There are many prompt engineering techniques that make interactions with large language models (LLMs) like GPT-4, Gemini, or Claude more efficient. In today’s article, you’ll learn how to link multiple prompts together to create a seamless, step-by-step workflow for complex tasks with prompt chaining.
Prompt chaining helps maintain the context and control of the AI’s output. Instead of overwhelming the AI with a single complex prompt, you guide it through a series of simpler, connected prompts.
Each response in a chain builds on the last, which leads to more accurate and coherent answers. By mastering this technique, you can handle intricate tasks more effectively and with greater precision.
Here’s everything you need to know to get started! 👇
⚛️ What is Prompt Chaining?
Remember the scene in Harry Potter and the Sorcerer’s Stone where Hermione solves the potion puzzle?
First, she eliminates the poison.
Next, she identifies the wine.
She narrows it down to two potions. One lets them move forward. The other sends them back. Each step builds on the last. And this is pretty much how prompt chaining works.
In a nutshell, prompt chaining is an AI prompting technique where you connect multiple prompts or instructions in a sequence. This allows large language models to generate more accurate and relevant responses. It also makes it easier for AI to tackle complex tasks in bite-sized steps.
So, how does it work?
Let’s say you’re planning a new marketing campaign. This is an inherently sequential task.

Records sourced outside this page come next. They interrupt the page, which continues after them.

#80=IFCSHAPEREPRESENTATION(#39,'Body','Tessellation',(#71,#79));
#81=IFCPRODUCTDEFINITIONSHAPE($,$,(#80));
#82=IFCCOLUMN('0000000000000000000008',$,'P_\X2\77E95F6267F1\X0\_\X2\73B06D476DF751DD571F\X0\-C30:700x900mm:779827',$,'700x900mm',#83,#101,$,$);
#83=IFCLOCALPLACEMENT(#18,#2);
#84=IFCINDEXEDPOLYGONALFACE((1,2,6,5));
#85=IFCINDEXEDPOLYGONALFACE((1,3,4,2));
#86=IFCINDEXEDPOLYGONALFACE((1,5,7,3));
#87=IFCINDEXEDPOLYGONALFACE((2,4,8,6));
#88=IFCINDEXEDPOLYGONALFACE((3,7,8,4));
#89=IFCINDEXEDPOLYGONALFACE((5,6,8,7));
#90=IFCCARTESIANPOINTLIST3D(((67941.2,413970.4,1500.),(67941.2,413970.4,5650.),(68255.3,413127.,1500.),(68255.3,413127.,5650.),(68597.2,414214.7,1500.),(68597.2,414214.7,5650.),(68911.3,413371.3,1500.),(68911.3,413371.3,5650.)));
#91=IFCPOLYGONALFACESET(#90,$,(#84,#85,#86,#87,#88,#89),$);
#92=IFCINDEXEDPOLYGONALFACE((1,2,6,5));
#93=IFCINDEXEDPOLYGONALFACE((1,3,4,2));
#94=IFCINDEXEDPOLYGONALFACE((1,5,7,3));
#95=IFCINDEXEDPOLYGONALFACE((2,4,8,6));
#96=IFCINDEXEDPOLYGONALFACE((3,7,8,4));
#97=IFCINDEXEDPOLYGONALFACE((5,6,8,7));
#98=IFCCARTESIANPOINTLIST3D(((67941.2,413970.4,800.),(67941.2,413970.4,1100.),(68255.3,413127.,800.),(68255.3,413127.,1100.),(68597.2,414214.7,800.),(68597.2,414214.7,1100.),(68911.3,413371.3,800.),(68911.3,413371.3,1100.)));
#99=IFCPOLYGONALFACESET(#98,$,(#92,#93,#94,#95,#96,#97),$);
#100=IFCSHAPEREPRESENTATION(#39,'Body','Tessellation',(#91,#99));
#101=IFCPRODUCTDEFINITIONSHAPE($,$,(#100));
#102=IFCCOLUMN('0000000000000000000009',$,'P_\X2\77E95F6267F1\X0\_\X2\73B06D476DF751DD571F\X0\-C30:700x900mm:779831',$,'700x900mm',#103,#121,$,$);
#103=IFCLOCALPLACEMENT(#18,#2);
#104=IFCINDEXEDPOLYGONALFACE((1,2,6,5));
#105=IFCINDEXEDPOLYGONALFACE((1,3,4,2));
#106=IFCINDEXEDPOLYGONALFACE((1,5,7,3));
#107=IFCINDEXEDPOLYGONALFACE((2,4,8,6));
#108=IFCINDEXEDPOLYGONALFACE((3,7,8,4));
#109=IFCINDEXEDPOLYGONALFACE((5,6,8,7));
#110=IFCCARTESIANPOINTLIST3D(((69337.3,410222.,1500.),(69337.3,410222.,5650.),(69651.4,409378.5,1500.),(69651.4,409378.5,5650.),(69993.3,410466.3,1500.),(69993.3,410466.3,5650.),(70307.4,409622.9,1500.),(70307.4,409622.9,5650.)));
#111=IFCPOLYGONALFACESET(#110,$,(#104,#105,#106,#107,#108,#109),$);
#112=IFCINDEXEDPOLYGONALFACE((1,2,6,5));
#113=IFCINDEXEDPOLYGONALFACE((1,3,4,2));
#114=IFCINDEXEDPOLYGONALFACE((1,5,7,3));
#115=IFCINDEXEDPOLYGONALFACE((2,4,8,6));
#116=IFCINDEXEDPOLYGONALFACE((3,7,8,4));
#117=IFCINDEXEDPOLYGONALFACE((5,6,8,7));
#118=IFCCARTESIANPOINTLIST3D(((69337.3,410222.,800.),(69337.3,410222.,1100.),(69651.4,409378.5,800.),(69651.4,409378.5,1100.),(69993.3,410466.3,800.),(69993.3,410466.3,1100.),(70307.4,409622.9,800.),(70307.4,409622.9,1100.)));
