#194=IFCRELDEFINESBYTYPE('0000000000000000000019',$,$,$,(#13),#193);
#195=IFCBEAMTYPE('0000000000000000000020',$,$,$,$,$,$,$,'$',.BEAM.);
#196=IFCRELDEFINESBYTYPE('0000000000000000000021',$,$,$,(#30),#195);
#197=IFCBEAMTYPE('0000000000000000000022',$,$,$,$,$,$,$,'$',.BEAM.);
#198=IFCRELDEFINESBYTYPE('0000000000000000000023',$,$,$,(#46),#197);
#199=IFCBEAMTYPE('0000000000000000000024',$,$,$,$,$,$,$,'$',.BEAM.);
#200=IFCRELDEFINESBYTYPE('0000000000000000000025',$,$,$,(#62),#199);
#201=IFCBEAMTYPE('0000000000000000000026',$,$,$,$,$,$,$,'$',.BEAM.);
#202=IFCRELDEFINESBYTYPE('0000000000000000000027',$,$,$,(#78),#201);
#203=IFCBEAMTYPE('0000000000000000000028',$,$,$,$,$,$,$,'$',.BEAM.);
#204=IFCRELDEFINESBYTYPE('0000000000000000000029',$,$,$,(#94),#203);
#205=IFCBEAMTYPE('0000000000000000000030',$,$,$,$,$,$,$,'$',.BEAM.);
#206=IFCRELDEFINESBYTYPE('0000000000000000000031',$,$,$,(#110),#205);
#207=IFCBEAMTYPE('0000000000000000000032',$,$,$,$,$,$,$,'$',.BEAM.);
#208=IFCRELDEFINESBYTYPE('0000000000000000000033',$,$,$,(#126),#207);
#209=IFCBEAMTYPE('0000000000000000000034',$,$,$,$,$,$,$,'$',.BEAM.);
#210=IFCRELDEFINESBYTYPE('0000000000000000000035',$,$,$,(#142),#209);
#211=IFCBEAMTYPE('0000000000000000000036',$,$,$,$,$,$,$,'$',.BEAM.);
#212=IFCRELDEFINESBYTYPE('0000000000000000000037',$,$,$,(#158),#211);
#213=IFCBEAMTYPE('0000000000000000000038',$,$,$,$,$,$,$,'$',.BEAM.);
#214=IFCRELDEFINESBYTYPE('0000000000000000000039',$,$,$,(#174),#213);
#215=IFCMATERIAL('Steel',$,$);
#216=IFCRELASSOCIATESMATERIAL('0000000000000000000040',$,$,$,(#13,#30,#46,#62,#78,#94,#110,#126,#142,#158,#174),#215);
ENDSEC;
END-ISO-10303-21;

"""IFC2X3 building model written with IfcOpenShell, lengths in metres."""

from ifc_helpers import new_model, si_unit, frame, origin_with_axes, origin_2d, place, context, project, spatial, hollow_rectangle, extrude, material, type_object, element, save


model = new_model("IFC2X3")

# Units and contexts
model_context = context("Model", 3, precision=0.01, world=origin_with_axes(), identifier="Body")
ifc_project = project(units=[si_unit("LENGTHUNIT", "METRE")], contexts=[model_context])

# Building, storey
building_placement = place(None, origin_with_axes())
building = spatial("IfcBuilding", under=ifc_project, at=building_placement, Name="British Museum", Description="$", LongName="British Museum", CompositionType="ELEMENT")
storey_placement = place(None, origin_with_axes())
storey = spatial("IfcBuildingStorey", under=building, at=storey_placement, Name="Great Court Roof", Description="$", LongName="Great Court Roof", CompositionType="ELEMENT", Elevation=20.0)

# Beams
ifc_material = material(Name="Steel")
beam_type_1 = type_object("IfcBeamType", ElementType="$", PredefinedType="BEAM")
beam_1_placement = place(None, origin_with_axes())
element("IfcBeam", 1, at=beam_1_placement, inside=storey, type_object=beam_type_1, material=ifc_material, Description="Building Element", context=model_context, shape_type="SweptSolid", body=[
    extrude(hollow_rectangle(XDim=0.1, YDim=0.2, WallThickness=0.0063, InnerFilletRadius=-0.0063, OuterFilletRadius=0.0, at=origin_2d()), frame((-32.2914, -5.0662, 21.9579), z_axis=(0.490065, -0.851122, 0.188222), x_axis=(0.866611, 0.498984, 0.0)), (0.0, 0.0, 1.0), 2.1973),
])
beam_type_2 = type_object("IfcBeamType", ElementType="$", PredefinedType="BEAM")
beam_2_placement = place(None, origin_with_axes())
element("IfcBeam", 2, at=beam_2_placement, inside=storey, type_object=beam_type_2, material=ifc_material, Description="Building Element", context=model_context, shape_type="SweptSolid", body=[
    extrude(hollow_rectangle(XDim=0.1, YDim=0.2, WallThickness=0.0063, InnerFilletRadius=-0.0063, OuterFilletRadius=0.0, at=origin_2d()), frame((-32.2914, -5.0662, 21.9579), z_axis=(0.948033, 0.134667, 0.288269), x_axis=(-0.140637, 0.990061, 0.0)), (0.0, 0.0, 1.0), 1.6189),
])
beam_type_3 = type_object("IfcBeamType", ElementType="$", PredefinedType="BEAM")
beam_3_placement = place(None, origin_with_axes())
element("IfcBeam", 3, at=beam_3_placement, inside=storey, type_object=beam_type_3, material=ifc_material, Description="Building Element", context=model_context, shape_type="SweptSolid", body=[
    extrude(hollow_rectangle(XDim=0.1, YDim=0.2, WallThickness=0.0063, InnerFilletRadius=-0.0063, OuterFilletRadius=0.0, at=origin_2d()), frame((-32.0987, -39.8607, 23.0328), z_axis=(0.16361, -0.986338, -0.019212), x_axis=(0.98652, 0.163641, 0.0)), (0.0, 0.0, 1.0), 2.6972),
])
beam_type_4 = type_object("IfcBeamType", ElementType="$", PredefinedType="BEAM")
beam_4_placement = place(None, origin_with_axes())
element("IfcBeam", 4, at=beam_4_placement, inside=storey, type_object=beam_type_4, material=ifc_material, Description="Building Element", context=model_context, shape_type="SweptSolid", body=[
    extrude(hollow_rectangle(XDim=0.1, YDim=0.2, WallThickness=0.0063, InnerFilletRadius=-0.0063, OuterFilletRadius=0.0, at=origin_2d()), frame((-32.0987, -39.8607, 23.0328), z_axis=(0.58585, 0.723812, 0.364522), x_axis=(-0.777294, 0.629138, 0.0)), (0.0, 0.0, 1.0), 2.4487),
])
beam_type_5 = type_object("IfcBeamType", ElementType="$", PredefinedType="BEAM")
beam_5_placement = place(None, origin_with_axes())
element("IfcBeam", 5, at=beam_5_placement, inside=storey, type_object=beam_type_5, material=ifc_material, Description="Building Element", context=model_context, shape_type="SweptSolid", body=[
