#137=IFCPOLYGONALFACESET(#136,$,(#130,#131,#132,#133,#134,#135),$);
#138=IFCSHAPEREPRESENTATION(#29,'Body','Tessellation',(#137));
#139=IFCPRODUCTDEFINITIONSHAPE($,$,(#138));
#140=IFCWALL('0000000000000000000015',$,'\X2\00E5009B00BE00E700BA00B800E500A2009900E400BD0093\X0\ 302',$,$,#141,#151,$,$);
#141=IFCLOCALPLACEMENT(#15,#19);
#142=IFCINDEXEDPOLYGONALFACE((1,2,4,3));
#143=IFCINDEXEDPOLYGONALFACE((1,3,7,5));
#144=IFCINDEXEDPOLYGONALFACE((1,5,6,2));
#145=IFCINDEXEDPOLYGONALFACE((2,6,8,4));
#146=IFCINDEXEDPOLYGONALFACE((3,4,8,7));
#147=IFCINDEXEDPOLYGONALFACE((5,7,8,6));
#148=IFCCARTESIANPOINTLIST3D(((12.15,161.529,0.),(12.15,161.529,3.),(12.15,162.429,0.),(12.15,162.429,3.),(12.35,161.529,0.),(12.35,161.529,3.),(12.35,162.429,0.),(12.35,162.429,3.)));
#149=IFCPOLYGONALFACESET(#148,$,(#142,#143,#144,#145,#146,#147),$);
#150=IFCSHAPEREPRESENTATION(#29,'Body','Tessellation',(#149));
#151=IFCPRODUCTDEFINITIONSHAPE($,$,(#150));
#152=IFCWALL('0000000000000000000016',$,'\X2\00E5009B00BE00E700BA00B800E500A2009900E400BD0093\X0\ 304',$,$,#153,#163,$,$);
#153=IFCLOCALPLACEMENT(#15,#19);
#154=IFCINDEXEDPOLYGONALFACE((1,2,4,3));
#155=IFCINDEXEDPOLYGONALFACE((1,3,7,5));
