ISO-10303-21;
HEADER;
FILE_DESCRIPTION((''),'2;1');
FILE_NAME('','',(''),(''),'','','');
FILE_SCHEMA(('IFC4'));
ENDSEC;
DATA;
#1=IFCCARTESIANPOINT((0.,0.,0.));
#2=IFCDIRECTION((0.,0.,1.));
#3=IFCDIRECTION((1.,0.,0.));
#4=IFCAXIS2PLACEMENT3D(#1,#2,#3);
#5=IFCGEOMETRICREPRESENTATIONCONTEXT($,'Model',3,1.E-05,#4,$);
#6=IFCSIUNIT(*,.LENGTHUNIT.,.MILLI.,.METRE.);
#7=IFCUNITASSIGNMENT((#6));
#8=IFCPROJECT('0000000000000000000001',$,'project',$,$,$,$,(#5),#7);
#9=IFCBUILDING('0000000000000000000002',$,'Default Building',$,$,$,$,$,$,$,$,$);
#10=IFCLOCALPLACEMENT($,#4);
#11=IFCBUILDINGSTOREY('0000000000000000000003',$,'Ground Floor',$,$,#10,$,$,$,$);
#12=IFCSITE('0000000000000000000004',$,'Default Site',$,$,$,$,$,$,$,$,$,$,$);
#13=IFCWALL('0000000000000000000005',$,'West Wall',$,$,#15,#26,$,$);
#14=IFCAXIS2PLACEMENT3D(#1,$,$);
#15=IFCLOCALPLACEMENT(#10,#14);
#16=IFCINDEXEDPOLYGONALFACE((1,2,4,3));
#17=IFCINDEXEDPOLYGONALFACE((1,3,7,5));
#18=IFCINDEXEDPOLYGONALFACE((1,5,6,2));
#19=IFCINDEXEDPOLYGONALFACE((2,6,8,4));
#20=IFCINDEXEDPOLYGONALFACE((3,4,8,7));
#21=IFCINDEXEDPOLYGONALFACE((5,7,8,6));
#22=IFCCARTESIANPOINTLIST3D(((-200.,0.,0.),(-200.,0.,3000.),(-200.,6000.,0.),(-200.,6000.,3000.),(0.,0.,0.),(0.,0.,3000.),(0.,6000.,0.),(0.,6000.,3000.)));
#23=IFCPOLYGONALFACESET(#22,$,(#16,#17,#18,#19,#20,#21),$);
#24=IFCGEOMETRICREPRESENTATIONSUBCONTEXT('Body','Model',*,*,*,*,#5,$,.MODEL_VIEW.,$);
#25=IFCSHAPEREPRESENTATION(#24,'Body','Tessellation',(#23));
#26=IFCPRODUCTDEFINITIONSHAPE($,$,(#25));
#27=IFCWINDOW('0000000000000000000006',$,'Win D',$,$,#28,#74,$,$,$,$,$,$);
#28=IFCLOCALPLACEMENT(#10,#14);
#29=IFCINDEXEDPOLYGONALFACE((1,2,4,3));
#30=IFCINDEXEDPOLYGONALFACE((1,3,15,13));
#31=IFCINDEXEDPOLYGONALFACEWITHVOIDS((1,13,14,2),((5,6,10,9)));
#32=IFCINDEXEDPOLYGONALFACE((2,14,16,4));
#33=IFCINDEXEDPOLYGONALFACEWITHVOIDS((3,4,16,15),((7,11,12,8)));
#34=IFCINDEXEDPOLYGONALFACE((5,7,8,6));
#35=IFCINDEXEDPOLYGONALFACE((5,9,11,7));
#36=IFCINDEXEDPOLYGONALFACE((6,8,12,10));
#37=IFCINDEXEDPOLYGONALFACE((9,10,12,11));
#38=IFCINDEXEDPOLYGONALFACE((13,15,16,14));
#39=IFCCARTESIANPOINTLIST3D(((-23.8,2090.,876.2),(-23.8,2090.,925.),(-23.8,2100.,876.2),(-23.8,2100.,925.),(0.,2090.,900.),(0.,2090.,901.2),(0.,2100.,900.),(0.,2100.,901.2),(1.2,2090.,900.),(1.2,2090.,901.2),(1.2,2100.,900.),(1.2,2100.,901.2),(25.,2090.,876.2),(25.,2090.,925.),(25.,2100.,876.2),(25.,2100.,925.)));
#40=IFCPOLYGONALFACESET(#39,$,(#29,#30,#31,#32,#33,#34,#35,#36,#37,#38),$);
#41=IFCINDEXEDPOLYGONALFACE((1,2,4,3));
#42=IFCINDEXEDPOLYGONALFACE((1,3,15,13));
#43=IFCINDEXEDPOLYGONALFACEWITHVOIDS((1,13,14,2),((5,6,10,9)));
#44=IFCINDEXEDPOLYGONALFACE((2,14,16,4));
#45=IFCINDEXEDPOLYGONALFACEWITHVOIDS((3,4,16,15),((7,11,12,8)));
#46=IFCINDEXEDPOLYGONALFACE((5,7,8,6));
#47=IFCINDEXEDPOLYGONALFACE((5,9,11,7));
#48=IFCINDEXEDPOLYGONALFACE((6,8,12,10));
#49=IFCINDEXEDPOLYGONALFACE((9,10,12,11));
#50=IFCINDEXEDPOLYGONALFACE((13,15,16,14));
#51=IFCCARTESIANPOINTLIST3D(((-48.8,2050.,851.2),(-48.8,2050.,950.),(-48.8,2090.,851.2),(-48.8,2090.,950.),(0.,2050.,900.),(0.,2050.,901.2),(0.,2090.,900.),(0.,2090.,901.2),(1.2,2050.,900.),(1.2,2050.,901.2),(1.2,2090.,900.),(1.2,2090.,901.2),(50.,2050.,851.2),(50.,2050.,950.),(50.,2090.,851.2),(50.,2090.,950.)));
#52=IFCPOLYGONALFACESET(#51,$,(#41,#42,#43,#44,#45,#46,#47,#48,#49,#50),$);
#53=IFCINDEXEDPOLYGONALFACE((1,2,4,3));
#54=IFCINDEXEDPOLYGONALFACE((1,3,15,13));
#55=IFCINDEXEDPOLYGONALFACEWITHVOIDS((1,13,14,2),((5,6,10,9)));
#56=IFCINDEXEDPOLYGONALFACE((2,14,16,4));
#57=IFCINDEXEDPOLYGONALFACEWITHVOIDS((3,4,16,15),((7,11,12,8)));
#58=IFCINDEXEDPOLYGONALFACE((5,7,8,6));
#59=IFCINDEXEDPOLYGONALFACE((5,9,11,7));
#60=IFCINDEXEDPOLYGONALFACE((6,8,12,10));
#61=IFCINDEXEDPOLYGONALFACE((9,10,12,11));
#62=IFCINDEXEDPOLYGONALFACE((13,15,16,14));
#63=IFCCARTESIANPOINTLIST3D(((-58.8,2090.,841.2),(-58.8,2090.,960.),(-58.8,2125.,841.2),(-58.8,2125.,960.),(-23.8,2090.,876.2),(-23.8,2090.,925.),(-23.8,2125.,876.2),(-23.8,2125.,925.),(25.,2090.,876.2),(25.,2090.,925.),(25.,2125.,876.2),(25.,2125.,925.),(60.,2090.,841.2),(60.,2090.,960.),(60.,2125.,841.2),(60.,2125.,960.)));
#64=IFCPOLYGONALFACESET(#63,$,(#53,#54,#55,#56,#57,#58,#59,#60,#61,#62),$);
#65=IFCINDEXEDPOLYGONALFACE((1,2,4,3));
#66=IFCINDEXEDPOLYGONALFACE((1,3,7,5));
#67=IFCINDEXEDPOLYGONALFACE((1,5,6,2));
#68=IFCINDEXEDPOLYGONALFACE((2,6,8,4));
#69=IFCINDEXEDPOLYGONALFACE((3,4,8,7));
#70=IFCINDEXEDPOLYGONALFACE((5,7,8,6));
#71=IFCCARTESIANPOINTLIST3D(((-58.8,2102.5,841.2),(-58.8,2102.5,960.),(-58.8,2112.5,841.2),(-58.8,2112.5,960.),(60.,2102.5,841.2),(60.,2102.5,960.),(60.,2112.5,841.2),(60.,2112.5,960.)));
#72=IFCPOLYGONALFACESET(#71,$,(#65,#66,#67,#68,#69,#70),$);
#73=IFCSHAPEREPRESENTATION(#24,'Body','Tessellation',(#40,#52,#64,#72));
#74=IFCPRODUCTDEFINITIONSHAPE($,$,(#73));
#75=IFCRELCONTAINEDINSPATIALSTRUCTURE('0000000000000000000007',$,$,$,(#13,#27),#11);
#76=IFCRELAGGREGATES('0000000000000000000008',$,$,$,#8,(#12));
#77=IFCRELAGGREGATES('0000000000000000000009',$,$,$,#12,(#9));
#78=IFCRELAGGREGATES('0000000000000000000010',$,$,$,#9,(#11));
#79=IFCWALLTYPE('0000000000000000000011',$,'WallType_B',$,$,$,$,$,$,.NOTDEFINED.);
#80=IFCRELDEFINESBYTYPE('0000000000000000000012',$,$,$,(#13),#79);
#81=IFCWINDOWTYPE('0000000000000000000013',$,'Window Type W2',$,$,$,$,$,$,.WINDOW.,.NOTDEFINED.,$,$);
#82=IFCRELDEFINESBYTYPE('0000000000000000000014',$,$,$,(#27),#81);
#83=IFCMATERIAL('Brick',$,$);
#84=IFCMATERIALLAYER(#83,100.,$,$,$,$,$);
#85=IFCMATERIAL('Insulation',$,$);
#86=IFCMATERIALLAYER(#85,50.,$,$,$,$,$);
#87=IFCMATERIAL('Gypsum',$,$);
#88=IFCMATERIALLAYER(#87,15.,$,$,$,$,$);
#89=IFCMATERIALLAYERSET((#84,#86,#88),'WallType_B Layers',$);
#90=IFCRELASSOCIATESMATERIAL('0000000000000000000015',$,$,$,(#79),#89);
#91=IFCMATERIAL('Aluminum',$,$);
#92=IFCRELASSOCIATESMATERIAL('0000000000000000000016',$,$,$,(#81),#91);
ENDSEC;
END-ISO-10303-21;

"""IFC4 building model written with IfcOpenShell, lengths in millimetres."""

from ifc_helpers import new_model, si_unit, frame, origin_with_axes, place, context, subcontext, project, spatial, line, indexed_curve, outline, extrude, material, layer, layer_set, type_object, element, fill, save


model = new_model("IFC4")

# Units and contexts
model_context = context("Model", 3, precision=1e-05, world=origin_with_axes())
body_context = subcontext(model_context, "Body", "Model", "MODEL_VIEW")
ifc_project = project(units=[si_unit("LENGTHUNIT", "METRE", prefix="MILLI")], contexts=[model_context])

# Site, building, storey
site = spatial("IfcSite", under=ifc_project, Name="Default Site")
building = spatial("IfcBuilding", under=site, Name="Default Building")
storey_placement = place(None, origin_with_axes())
storey = spatial("IfcBuildingStorey", under=building, at=storey_placement, Name="Ground Floor")

# Shared definitions
ifc_material_1 = material(Name="Brick")
ifc_layer_1 = layer(ifc_material_1, 100.0)
ifc_material_2 = material(Name="Insulation")
ifc_layer_2 = layer(ifc_material_2, 50.0)
ifc_material_3 = material(Name="Gypsum")
ifc_layer_3 = layer(ifc_material_3, 15.0)
ifc_layer_set_1 = layer_set([ifc_layer_1, ifc_layer_2, ifc_layer_3], Name="WallType_B Layers")
wall_type_1 = type_object("IfcWallType", Name="WallType_B", PredefinedType="NOTDEFINED", material=ifc_layer_set_1)
ifc_material_4 = material(Name="Aluminum")
window_type_1 = type_object("IfcWindowType", Name="Window Type W2", PartitioningType="NOTDEFINED", PredefinedType="WINDOW", material=ifc_material_4)

# Wall, opening, window
wall_1_placement = place(storey_placement, origin_with_axes())
wall_1 = element("IfcWall", 1, at=wall_1_placement, inside=storey, type_object=wall_type_1, Name="West Wall", context=body_context, shape_type="SweptSolid", body=[
    extrude(outline(indexed_curve([(0.0, 0.0), (0.0, 6000.0), (-200.0, 6000.0), (-200.0, 0.0), (0.0, 0.0)])), None, (0.0, 0.0, 1.0), 3000.0),
])
opening_1_placement = place(wall_1_placement, frame((0.0, 0.0, 900.0), z_axis=(0.0, 0.0, 1.0), x_axis=(1.0, 0.0, 0.0)))
opening_1 = element("IfcOpeningElement", 2, at=opening_1_placement, cuts=wall_1, context=body_context, shape_type="SweptSolid", body=[
    extrude(outline(indexed_curve([(0.0, 2000.0), (1200.0, 2000.0), (1200.0, 2200.0), (0.0, 2200.0), (0.0, 2000.0)])), None, (0.0, 0.0, 1.0), 1200.0),
])
window_1_placement = place(storey_placement, frame((0.0, 2000.0, 900.0), z_axis=(0.0, 0.0, 1.0), x_axis=(1.0, 0.0, 0.0)))
window_1 = element("IfcWindow", 3, at=window_1_placement, inside=storey, type_object=window_type_1, Name="Win D", context=body_context, shape_type="SweptSolid", body=[
    extrude(outline(indexed_curve([(0.0, 0.0), (1.2, 0.0), (1.2, 1.2), (0.0, 1.2)], segments=[line(1, 2, 3, 4, 1)]), holes=[indexed_curve([(25.0, 25.0), (-23.8, 25.0), (-23.8, -23.8), (25.0, -23.8)], segments=[line(1, 2, 3, 4, 1)])]), frame((0.0, 90.0, 0.0), z_axis=(0.0, -1.0, 0.0), x_axis=(1.0, 0.0, 0.0)), (0.0, 0.0, -1.0), 10.0),
    extrude(outline(indexed_curve([(0.0, 0.0), (1.2, 0.0), (1.2, 1.2), (0.0, 1.2)], segments=[line(1, 2, 3, 4, 1)]), holes=[indexed_curve([(50.0, 50.0), (-48.8, 50.0), (-48.8, -48.8), (50.0, -48.8)], segments=[line(1, 2, 3, 4, 1)])]), frame((0.0, 50.0, 0.0), z_axis=(0.0, -1.0, 0.0), x_axis=(1.0, 0.0, 0.0)), (0.0, 0.0, -1.0), 40.0),
    extrude(outline(indexed_curve([(0.0, 0.0), (-48.8, 0.0), (-48.8, -48.8), (0.0, -48.8)], segments=[line(1, 2, 3, 4, 1)]), holes=[indexed_curve([(35.0, 35.0), (-83.8, 35.0), (-83.8, -83.8), (35.0, -83.8)], segments=[line(1, 2, 3, 4, 1)])]), frame((25.0, 90.0, 25.0), z_axis=(0.0, -1.0, 0.0), x_axis=(1.0, 0.0, 0.0)), (0.0, 0.0, -1.0), 35.0),
    extrude(outline(indexed_curve([(35.0, 35.0), (-83.8, 35.0), (-83.8, -83.8), (35.0, -83.8)], segments=[line(1, 2, 3, 4, 1)])), frame((25.0, 102.5, 25.0), z_axis=(0.0, -1.0, 0.0), x_axis=(1.0, 0.0, 0.0)), (0.0, 0.0, -1.0), 10.0),
])
fill(opening_1, window_1)

save(model, "model.ifc")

You outline your campaign goals and identify your target audience. Next, you use the information to create tailored content for each marketing channel. Then, you schedule and launch the campaign across various channels, using the created content. And this is just the beginning.
If you try to throw all that at the LLM at once, it will hallucinate or lose context. But if you break the task down into compounding steps, the AI will approach the task gradually and build on its own output.
Each consecutive prompt in a chain instructs the LLM to “recycle” the result from the previous generation and incorporate it into the next. It also specifies the expected format for the output.
This approach is a more advanced version of other types of prompt engineering techniques like zero-few-shot prompting or chain-of-thought prompting. And it comes with a number of unique benefits.
➕ Benefits of Prompt Chaining
Enhanced Control
Regular prompting techniques leave a lot to chance. Even with multi-level, context-rich prompts, AI can still occasionally veer off the intended path or produce inconsistent results.
With prompt chaining, you gain enhanced control over the output by breaking the task into smaller, manageable chunks and continuously guiding the AI with clear-cut, specific instructions.